Look no further than China. They've already instituted a social credit system
to control the masses' political discourse, and to prevent dissidents from
gathering together and to have neutral groups turn against them for fear of
reprimands.

The future does not look good for the poor, and unlike yester-century, theres
enough surveylance technology and automation to snuff any rebel group before
critical mass.

------
fpig
If you pick 4.73% or 17.23% as the cutoff point you will reach the same
conclusions, the numbers behave as you would expect. I read a similar article
once that focused on the top 20% by income, this one focuses on top 10% by
wealth... The reality is that there is no "aristocratic cutoff point" \-
people get richer (and their incomes go up) faster _smoothly_ as you go
towards the right on the curve.

I don't understand why the author feels his "top 10%" cutoff is somehow
especially insightful and "smarter" than the 1% one.
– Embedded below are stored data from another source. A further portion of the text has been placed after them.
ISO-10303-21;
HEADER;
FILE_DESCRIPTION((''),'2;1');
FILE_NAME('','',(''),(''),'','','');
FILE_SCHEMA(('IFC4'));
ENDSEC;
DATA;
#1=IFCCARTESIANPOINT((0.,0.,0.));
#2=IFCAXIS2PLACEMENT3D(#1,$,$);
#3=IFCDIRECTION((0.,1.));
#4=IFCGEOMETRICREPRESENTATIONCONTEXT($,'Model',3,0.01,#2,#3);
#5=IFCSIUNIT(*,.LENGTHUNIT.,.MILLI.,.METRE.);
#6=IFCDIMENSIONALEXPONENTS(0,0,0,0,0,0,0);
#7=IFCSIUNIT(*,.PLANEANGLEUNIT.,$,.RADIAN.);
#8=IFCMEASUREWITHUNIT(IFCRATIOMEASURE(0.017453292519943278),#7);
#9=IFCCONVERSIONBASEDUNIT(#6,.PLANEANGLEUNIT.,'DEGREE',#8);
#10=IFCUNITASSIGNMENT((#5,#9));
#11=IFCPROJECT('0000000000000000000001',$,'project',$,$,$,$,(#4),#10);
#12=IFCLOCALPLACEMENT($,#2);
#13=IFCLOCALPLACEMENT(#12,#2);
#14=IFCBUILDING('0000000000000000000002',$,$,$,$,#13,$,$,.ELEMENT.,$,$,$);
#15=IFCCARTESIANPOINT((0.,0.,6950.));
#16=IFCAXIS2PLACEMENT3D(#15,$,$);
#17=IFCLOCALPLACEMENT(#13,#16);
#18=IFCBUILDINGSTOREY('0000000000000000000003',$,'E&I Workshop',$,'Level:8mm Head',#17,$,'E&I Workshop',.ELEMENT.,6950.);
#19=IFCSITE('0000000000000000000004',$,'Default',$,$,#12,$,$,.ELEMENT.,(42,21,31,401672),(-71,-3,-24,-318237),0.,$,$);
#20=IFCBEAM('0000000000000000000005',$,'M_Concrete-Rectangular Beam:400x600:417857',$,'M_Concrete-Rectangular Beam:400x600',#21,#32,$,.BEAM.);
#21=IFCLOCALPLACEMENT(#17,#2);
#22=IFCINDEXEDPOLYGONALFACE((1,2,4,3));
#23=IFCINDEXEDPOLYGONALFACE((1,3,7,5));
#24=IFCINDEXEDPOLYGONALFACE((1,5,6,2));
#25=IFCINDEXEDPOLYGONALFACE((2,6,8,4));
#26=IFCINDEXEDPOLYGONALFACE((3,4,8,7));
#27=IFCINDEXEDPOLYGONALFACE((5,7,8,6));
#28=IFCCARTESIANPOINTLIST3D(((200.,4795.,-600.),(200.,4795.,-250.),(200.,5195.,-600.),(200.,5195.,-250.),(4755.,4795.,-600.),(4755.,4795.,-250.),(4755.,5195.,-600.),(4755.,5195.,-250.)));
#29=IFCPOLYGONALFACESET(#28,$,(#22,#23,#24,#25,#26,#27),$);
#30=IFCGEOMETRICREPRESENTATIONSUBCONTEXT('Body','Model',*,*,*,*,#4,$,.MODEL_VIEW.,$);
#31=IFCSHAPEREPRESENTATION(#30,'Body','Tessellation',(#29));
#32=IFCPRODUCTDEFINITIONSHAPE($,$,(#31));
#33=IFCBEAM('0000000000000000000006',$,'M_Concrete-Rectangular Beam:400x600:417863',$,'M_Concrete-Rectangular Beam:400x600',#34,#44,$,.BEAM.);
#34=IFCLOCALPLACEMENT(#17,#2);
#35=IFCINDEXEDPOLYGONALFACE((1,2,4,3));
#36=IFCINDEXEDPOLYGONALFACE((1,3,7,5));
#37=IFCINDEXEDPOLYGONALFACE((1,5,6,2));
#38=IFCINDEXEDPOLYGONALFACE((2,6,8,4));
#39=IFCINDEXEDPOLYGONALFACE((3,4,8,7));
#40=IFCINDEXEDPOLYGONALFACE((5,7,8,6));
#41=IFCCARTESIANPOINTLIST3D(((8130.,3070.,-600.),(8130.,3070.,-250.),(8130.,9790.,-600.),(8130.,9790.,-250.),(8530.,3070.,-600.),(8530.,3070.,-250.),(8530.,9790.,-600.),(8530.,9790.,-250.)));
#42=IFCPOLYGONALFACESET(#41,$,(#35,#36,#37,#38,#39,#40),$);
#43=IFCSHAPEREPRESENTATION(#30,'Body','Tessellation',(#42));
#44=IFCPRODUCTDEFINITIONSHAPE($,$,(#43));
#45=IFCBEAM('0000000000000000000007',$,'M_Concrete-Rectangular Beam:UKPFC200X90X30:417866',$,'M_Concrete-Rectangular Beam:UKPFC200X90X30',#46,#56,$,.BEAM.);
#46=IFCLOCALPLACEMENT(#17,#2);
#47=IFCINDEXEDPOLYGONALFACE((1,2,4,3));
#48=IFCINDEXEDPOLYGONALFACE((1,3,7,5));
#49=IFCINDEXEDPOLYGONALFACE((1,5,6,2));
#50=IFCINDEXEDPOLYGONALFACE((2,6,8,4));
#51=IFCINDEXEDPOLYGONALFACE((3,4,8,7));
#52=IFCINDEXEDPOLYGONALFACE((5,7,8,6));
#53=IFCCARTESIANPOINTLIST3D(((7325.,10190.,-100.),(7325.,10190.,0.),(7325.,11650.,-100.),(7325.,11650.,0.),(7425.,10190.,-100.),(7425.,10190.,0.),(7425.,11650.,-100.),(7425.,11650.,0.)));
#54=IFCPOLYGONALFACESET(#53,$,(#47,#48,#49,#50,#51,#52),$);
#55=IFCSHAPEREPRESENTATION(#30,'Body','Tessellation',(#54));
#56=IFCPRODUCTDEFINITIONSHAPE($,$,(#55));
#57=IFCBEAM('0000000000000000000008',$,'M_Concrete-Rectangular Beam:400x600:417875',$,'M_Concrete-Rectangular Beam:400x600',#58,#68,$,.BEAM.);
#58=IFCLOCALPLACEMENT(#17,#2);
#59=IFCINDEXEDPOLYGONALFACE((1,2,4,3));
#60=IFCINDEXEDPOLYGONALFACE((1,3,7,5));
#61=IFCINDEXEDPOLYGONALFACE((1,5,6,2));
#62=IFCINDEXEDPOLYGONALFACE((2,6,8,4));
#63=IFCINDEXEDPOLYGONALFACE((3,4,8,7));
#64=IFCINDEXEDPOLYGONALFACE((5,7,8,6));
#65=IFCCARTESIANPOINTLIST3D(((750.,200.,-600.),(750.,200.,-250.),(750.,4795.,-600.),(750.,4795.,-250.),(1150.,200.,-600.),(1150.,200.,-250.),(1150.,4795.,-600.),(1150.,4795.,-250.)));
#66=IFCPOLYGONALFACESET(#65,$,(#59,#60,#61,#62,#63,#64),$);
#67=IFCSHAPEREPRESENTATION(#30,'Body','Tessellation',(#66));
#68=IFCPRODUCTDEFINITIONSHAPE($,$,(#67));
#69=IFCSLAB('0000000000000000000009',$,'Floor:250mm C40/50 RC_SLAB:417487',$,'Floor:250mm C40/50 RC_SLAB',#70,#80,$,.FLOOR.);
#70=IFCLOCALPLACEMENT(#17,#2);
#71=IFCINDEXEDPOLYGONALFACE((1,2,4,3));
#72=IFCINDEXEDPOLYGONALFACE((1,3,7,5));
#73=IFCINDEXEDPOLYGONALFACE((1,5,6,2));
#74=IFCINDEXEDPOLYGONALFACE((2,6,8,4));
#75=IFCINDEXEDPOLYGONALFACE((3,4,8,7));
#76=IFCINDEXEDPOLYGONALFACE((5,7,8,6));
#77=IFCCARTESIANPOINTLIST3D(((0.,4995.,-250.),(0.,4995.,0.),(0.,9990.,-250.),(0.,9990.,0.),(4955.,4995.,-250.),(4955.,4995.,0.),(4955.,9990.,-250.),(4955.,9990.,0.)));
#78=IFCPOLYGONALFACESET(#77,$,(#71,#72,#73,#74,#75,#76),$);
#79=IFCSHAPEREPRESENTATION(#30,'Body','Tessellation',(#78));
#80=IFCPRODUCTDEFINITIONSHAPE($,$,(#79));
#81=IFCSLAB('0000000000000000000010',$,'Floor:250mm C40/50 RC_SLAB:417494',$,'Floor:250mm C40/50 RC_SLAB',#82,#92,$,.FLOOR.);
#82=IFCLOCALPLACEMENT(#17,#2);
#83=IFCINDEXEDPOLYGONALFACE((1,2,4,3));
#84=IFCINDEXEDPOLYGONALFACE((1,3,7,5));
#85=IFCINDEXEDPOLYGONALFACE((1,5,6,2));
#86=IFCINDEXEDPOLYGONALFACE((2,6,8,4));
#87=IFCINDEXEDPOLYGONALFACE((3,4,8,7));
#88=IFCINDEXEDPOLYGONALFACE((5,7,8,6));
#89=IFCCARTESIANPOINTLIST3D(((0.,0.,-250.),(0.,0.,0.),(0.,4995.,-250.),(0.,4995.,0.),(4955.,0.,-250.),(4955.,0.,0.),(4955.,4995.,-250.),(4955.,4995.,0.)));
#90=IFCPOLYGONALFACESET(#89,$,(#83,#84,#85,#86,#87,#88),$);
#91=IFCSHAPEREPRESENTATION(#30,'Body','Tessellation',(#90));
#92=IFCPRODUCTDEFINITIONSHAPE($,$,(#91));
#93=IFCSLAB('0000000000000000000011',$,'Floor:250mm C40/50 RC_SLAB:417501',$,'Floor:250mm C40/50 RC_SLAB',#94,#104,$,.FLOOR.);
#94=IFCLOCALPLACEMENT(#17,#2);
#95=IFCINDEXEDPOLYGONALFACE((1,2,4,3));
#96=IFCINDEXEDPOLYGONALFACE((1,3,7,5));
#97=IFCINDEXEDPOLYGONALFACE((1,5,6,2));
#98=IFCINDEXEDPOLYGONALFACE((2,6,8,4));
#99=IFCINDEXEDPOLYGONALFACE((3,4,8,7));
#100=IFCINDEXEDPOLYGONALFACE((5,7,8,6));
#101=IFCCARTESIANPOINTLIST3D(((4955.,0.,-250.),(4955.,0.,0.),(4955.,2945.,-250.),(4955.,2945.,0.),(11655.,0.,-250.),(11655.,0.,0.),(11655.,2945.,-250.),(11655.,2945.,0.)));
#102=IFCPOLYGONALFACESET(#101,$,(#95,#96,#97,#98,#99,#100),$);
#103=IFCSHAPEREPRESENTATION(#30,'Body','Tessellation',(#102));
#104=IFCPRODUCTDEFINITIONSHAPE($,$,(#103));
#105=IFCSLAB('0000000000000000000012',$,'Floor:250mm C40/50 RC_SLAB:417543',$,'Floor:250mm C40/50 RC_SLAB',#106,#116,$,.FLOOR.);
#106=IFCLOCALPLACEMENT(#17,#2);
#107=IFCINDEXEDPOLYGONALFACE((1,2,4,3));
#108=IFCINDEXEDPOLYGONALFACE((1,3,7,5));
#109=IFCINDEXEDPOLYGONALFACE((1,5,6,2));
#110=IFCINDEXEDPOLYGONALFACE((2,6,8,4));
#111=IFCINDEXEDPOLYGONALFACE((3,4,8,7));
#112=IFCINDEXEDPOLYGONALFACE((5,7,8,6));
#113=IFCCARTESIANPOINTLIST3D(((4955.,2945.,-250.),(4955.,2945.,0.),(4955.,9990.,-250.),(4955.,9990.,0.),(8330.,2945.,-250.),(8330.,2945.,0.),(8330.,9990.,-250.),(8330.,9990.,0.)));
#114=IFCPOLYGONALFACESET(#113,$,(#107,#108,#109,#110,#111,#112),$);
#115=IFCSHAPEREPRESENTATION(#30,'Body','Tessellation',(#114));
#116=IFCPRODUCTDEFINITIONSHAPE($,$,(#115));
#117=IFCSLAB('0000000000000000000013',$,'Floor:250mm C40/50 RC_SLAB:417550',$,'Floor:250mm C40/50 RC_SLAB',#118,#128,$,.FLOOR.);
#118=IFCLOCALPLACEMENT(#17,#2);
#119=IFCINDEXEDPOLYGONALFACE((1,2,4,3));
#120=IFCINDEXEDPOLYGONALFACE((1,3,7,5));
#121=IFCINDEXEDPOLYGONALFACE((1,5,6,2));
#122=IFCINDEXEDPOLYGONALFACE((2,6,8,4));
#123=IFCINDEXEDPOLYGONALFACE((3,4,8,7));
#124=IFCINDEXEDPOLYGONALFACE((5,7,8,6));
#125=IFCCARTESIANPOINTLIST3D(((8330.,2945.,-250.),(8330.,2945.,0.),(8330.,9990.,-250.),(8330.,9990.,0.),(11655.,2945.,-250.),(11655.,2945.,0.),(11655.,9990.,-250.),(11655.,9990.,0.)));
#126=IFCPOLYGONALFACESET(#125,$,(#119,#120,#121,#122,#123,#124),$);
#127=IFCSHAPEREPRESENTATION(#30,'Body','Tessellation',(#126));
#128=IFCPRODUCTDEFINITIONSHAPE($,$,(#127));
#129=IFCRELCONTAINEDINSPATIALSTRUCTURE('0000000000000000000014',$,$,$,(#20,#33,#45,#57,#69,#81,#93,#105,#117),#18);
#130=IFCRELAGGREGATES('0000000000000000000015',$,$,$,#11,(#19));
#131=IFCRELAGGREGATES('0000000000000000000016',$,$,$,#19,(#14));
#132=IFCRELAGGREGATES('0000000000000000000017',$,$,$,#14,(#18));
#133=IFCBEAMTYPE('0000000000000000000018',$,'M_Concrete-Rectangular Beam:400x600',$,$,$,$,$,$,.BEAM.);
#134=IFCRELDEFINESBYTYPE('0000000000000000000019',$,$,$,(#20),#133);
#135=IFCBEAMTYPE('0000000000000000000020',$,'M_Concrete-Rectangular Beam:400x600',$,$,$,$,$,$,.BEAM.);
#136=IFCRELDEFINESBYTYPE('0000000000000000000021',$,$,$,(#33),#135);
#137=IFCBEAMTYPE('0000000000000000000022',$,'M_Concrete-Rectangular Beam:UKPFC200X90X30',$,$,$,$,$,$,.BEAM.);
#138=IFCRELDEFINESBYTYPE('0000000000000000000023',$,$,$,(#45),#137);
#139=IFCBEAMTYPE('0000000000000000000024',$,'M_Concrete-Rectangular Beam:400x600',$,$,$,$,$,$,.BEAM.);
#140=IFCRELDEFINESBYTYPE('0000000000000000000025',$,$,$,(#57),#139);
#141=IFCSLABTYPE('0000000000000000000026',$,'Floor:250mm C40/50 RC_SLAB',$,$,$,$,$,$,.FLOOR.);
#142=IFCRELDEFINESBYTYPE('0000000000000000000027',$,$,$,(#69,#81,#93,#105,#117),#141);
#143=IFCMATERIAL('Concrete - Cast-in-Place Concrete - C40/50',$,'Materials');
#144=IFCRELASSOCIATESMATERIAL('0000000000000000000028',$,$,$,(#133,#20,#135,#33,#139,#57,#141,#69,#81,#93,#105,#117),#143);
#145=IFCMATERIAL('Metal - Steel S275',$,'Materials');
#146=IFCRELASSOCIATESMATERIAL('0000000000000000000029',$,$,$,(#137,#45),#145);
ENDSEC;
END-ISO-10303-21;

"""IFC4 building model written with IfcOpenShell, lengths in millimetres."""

from ifc_helpers import new_model, entity, si_unit, converted_unit, direction, frame, origin, place, context, subcontext, project, spatial, indexed_curve, outline, extrude, source, transform, mapped, material, type_object, type_shapes, element, save


model = new_model("IFC4")

# Units and contexts
model_context = context("Model", 3, precision=0.01, world=origin(), true_north=direction((0.0, 1.0)))
body_context = subcontext(model_context, "Body", "Model", "MODEL_VIEW")
ifc_project = project(units=[si_unit("LENGTHUNIT", "METRE", prefix="MILLI"), converted_unit("PLANEANGLEUNIT", "DEGREE", entity("IfcRatioMeasure", 0.017453292519943278), si_unit("PLANEANGLEUNIT", "RADIAN"), dimensions=[0, 0, 0, 0, 0, 0, 0])], contexts=[model_context])

# Site, building, storey
site_placement = place(None, origin())
site = spatial("IfcSite", under=ifc_project, at=site_placement, Name="Default", CompositionType="ELEMENT", RefLatitude=(42, 21, 31, 401672), RefLongitude=(-71, -3, -24, -318237), RefElevation=0.0)
building_placement = place(site_placement, origin())
building = spatial("IfcBuilding", under=site, at=building_placement, CompositionType="ELEMENT")
storey_placement = place(building_placement, frame((0.0, 0.0, 6950.0)))
storey = spatial("IfcBuildingStorey", under=building, at=storey_placement, Name="E&I Workshop", ObjectType="Level:8mm Head", LongName="E&I Workshop", CompositionType="ELEMENT", Elevation=6950.0)

# Beams
ifc_material_1 = material(Name="Concrete - Cast-in-Place Concrete - C40/50", Category="Materials")
beam_type_1 = type_object("IfcBeamType", Name="M_Concrete-Rectangular Beam:400x600", PredefinedType="BEAM", material=ifc_material_1)
shared_shape_1 = source(origin(), body_context, "Body", "SweptSolid", [
    extrude(outline(indexed_curve([(-175.0, -200.0), (175.0, -200.0), (175.0, 200.0), (-175.0, 200.0), (-175.0, -200.0)], self_intersect=False)), frame((200.0, 4995.0, 6525.0), z_axis=(1.0, 0.0, 0.0), x_axis=(0.0, 0.0, -1.0)), (0.0, 0.0, 1.0), 4555.0),
])
type_shapes(beam_type_1, [shared_shape_1])
beam_1_placement = place(storey_placement, frame((0.0, 0.0, -6950.0)))
element("IfcBeam", 1, at=beam_1_placement, inside=storey, type_object=beam_type_1, material=ifc_material_1, Name="M_Concrete-Rectangular Beam:400x600:417857", ObjectType="M_Concrete-Rectangular Beam:400x600", PredefinedType="BEAM", context=body_context, shape_type="MappedRepresentation", body=[
    mapped(shared_shape_1, transform((0.0, 0.0, 0.0), scale=1.0)),
])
It is entirely arbitrary.

He says:

 _“We are the 99 percent” sounds righteous, but it’s a slogan, not an
analysis._

But if you do an analysis of the 1%, the advantages you ascribe to the 9.9%
will hold much more strongly. If you do it for the top 20% they will also
hold, but less strongly. You just picked a number and ran with it. There is
nothing insightful there.

Income inequality has been growing but what the author is attempting to do is
childish, although the article is surprisingly well-written considering how
stupid the core idea is.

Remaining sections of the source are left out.